[Stored entries]
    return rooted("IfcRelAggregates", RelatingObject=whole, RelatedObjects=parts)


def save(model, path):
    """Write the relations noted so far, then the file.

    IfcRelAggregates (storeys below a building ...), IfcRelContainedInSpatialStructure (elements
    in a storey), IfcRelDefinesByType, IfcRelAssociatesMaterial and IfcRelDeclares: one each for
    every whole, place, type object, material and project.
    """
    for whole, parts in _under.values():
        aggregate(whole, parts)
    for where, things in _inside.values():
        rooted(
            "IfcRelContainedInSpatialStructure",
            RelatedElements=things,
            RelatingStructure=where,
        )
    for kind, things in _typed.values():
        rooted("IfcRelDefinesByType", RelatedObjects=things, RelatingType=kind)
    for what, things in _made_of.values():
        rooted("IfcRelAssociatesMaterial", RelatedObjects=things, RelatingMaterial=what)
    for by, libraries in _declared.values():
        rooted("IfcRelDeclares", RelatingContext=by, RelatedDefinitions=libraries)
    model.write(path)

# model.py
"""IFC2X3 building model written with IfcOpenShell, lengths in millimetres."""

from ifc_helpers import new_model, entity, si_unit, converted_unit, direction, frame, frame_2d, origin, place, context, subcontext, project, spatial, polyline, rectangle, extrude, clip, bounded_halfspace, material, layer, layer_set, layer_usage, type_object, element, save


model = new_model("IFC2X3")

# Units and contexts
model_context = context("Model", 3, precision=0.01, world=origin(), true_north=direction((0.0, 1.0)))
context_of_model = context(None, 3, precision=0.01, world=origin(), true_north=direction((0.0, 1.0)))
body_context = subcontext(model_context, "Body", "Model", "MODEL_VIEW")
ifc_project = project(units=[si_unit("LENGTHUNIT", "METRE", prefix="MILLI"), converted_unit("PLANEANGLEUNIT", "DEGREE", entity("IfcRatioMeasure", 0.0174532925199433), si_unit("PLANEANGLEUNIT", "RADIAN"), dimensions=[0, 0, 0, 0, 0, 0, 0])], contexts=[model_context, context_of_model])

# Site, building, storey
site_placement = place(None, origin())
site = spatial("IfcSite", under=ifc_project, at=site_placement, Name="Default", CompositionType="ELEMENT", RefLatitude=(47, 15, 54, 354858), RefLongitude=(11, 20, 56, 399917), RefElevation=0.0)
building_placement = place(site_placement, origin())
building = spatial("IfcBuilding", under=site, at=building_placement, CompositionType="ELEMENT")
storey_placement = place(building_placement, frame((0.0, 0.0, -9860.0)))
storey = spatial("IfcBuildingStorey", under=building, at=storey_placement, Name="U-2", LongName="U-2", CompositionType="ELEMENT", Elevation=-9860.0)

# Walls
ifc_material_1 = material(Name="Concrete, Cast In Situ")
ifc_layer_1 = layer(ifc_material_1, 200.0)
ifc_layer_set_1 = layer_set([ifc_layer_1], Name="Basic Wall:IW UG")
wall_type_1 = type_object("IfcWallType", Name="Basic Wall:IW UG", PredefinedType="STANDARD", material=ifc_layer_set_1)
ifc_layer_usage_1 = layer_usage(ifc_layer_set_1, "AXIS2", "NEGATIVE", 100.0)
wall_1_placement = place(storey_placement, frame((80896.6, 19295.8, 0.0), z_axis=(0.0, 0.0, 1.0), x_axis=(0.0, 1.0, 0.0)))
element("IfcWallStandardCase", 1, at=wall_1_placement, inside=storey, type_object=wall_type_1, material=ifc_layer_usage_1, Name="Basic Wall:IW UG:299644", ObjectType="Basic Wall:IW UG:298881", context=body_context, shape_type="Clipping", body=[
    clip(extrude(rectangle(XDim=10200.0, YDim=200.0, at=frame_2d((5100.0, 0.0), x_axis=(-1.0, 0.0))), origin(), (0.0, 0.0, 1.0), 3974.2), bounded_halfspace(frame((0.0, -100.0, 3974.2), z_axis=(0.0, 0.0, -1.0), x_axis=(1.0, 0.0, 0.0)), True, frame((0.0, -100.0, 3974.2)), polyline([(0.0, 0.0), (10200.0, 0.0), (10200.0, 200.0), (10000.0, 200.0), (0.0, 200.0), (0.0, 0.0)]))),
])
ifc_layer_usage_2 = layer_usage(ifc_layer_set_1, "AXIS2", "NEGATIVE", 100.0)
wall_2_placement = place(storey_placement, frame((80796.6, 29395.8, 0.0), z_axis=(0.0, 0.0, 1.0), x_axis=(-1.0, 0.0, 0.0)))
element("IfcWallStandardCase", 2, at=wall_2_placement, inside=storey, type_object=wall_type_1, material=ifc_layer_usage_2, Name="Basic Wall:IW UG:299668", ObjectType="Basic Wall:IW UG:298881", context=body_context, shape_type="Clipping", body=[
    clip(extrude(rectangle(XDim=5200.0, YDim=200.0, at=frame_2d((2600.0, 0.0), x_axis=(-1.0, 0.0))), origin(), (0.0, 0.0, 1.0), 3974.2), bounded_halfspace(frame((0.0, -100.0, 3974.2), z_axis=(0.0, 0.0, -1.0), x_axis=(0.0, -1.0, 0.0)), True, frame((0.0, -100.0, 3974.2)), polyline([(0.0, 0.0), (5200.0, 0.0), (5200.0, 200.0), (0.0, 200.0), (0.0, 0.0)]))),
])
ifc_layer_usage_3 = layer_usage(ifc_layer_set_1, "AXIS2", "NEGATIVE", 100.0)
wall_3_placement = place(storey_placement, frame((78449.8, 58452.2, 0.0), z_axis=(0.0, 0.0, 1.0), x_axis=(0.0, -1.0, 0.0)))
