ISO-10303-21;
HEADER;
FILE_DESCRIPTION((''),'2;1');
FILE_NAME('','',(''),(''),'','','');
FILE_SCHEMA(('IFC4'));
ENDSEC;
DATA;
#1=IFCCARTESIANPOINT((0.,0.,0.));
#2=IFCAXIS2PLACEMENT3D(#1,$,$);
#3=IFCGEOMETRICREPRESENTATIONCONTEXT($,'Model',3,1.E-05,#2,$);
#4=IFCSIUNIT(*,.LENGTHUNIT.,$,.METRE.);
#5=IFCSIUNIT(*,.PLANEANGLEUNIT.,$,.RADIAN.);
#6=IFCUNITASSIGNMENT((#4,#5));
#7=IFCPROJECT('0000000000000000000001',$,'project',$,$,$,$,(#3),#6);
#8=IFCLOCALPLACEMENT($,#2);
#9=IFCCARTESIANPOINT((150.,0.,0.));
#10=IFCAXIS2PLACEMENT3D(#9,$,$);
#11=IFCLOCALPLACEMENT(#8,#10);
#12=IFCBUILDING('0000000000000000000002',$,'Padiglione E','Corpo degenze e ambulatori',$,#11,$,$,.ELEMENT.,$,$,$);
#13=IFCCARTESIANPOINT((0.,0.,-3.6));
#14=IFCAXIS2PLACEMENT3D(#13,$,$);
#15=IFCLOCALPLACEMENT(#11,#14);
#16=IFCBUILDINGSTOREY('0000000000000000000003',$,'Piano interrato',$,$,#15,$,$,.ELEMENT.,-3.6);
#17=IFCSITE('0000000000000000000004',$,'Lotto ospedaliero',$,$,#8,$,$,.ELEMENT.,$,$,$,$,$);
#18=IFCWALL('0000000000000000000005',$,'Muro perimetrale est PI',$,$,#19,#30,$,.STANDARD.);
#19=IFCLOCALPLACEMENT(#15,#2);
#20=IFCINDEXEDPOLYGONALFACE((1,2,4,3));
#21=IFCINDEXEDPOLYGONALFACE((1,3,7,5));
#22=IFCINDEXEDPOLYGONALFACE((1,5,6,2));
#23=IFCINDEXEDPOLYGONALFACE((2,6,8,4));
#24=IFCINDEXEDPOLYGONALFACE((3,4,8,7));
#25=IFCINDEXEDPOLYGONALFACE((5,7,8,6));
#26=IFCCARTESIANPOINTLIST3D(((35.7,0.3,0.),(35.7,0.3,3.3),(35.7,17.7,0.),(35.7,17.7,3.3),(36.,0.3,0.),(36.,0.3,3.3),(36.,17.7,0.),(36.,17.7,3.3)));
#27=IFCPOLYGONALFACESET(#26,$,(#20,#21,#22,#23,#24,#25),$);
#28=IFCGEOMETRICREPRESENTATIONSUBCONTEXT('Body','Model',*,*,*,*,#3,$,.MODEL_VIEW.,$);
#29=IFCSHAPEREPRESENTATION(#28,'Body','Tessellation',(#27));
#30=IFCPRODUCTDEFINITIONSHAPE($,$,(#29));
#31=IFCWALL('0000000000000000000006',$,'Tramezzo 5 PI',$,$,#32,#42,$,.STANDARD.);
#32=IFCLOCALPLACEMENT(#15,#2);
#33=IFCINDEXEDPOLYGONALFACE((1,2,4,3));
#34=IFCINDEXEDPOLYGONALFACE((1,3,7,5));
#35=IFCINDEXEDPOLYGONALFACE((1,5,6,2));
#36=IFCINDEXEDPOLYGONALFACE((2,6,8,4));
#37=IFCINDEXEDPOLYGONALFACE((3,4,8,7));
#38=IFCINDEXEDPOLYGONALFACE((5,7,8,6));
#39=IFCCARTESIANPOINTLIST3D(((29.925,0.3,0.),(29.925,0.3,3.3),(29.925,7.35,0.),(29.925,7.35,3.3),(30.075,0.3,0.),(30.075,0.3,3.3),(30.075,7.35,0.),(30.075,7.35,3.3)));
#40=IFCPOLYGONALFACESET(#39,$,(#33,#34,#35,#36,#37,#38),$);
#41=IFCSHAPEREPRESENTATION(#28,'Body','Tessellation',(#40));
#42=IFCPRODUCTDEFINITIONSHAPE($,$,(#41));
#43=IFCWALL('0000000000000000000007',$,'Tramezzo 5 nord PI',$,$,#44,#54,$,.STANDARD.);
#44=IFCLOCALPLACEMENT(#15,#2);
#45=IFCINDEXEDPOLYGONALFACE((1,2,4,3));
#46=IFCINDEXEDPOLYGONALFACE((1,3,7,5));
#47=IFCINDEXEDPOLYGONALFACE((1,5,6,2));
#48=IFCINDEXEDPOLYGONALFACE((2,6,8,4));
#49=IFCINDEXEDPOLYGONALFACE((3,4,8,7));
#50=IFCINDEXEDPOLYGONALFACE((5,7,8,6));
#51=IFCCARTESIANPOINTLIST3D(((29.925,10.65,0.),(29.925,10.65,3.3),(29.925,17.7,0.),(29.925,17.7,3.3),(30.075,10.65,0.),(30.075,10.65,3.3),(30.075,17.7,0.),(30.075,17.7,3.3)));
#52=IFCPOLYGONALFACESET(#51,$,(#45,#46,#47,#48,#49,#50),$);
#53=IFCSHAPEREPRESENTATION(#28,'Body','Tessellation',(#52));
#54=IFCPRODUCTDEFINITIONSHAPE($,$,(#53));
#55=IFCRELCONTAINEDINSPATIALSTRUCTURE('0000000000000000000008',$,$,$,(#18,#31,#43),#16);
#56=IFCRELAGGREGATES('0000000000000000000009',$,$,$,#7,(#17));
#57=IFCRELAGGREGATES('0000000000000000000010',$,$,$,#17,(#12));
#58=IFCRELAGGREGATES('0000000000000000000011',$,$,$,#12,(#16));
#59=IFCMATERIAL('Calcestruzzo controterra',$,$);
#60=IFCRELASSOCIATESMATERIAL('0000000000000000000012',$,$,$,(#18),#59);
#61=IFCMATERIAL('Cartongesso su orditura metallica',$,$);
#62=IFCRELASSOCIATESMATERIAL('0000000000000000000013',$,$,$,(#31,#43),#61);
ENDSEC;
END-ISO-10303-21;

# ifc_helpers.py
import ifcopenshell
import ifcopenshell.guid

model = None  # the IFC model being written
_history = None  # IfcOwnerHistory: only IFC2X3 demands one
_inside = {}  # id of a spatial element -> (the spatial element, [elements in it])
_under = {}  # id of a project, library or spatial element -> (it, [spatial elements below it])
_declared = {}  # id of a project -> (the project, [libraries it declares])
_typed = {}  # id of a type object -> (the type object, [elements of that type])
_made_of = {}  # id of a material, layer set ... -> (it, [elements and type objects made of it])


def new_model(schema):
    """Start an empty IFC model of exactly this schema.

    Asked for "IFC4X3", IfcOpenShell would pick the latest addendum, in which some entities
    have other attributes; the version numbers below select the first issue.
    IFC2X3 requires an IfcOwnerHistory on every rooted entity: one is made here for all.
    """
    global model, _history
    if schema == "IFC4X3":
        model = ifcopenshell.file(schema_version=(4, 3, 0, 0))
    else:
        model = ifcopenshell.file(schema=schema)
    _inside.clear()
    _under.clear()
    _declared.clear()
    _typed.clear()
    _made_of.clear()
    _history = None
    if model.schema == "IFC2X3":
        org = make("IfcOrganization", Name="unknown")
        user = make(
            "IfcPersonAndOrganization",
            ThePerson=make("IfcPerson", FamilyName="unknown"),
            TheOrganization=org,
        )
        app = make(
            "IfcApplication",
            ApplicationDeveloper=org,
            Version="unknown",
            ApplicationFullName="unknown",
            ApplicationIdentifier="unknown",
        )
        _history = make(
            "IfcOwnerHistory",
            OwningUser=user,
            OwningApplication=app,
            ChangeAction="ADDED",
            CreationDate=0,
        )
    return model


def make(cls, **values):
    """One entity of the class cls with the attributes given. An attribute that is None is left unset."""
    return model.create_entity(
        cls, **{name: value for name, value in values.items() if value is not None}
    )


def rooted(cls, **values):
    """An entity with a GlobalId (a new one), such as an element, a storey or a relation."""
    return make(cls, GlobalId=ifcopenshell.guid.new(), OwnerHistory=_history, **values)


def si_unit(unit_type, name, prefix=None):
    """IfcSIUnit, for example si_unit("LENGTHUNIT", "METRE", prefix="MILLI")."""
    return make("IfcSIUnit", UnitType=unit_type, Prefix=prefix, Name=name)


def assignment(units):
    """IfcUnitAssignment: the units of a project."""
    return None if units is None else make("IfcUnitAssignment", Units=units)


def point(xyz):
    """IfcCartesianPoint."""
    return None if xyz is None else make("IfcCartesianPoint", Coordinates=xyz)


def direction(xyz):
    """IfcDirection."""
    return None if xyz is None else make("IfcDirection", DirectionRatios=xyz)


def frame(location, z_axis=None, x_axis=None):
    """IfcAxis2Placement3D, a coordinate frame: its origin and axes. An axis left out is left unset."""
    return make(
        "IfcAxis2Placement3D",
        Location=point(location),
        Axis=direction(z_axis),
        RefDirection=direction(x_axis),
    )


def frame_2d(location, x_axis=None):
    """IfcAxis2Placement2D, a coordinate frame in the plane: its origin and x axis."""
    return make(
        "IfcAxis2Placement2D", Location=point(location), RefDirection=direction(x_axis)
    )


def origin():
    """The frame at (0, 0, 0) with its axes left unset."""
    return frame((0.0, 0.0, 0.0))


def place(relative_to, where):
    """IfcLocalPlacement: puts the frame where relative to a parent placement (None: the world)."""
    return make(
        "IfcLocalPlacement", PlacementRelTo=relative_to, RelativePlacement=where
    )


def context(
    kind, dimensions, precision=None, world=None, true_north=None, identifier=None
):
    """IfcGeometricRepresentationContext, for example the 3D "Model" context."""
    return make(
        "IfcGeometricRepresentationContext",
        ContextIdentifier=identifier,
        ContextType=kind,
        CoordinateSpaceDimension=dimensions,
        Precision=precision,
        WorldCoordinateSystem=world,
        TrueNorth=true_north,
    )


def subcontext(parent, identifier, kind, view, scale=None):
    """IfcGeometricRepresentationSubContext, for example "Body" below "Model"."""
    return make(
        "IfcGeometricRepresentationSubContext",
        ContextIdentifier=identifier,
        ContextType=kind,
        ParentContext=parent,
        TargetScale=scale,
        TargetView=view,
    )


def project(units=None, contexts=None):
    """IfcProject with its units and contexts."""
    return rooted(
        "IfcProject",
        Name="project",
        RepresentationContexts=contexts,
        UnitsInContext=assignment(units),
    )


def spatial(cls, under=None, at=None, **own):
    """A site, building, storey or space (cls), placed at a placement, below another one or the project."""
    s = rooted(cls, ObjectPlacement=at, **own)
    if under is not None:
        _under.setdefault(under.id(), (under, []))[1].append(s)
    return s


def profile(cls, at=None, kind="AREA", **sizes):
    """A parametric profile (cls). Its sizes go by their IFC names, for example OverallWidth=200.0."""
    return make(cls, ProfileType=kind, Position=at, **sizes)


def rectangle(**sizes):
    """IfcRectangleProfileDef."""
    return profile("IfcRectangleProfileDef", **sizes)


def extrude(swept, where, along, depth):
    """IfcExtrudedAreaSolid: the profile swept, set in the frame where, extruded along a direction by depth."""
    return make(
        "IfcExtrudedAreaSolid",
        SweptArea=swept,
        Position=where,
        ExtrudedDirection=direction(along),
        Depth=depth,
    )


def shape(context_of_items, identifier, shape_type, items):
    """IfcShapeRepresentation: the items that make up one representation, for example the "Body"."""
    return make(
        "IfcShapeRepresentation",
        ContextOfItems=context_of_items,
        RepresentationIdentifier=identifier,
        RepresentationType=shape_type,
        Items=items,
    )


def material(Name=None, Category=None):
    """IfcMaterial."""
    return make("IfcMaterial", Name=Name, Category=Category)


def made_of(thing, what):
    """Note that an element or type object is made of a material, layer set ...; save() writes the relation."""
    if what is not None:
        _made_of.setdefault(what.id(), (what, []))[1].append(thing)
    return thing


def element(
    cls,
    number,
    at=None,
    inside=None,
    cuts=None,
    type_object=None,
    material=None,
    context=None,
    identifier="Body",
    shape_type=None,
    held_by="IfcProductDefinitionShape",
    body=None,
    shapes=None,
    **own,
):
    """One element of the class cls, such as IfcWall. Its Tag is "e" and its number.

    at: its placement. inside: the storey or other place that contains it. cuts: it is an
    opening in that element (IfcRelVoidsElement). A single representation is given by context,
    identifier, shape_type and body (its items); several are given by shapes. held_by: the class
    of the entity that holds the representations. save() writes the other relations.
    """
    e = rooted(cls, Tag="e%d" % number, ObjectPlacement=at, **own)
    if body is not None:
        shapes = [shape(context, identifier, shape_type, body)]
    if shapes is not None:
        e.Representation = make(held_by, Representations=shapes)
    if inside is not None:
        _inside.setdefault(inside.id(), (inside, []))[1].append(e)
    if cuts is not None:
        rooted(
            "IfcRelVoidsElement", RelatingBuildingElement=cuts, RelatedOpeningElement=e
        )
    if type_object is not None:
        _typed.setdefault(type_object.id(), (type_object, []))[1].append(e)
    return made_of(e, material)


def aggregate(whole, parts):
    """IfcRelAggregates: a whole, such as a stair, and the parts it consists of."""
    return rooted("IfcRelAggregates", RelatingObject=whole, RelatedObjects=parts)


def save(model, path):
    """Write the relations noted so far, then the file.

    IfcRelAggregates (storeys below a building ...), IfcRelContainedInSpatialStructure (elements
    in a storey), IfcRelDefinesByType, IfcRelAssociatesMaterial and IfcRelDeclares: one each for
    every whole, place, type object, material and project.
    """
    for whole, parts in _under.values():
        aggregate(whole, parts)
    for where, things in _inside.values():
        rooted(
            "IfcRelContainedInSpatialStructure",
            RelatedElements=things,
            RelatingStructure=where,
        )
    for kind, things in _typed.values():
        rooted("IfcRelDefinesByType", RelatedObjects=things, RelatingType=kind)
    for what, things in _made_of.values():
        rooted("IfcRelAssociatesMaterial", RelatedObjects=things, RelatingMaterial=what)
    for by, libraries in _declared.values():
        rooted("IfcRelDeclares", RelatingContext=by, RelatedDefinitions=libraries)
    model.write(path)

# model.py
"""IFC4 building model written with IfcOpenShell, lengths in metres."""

from ifc_helpers import new_model, si_unit, frame, frame_2d, origin, place, context, subcontext, project, spatial, rectangle, extrude, material, element, save


model = new_model("IFC4")

# Units and contexts
model_context = context("Model", 3, precision=1e-05, world=origin())
body_context = subcontext(model_context, "Body", "Model", "MODEL_VIEW")
ifc_project = project(units=[si_unit("LENGTHUNIT", "METRE"), si_unit("PLANEANGLEUNIT", "RADIAN")], contexts=[model_context])

# Site, building, storey
site_placement = place(None, origin())
site = spatial("IfcSite", under=ifc_project, at=site_placement, Name="Lotto ospedaliero", CompositionType="ELEMENT")
building_placement = place(site_placement, frame((150.0, 0.0, 0.0)))
building = spatial("IfcBuilding", under=site, at=building_placement, Name="Padiglione E", Description="Corpo degenze e ambulatori", CompositionType="ELEMENT")
storey_placement = place(building_placement, frame((0.0, 0.0, -3.6)))
storey = spatial("IfcBuildingStorey", under=building, at=storey_placement, Name="Piano interrato", CompositionType="ELEMENT", Elevation=-3.6)

# Walls
ifc_material_1 = material(Name="Calcestruzzo controterra")
wall_placement = place(storey_placement, frame((35.7, 0.3, 0.0)))
element("IfcWall", 1, at=wall_placement, inside=storey, material=ifc_material_1, Name="Muro perimetrale est PI", PredefinedType="STANDARD", context=body_context, shape_type="SweptSolid", body=[
    extrude(rectangle(XDim=0.3, YDim=17.4, at=frame_2d((0.15, 8.7))), origin(), (0.0, 0.0, 1.0), 3.3),
])
ifc_material_2 = material(Name="Cartongesso su orditura metallica")
for number, where, name in (
    (2, (29.925, 0.3, 0.0), "Tramezzo 5 PI"),
    (3, (29.925, 10.65, 0.0), "Tramezzo 5 nord PI"),
):
    element("IfcWall", number, at=place(storey_placement, frame(where)), inside=storey, material=ifc_material_2, Name=name, PredefinedType="STANDARD", context=body_context, shape_type="SweptSolid", body=[
        extrude(rectangle(XDim=0.15, YDim=7.05, at=frame_2d((0.075, 3.525))), origin(), (0.0, 0.0, 1.0), 3.3),
    ])

save(model, "model.ifc")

WHAT YOU WILL DO ▸ Gather each line in these records that contains the string "IfcExtrudedAreaSolid".

SOLUTION TO THE EXERCISE ▸
    """IfcExtrudedAreaSolid: the profile swept, set in the frame where, extruded along a direction by depth."""
        "IfcExtrudedAreaSolid",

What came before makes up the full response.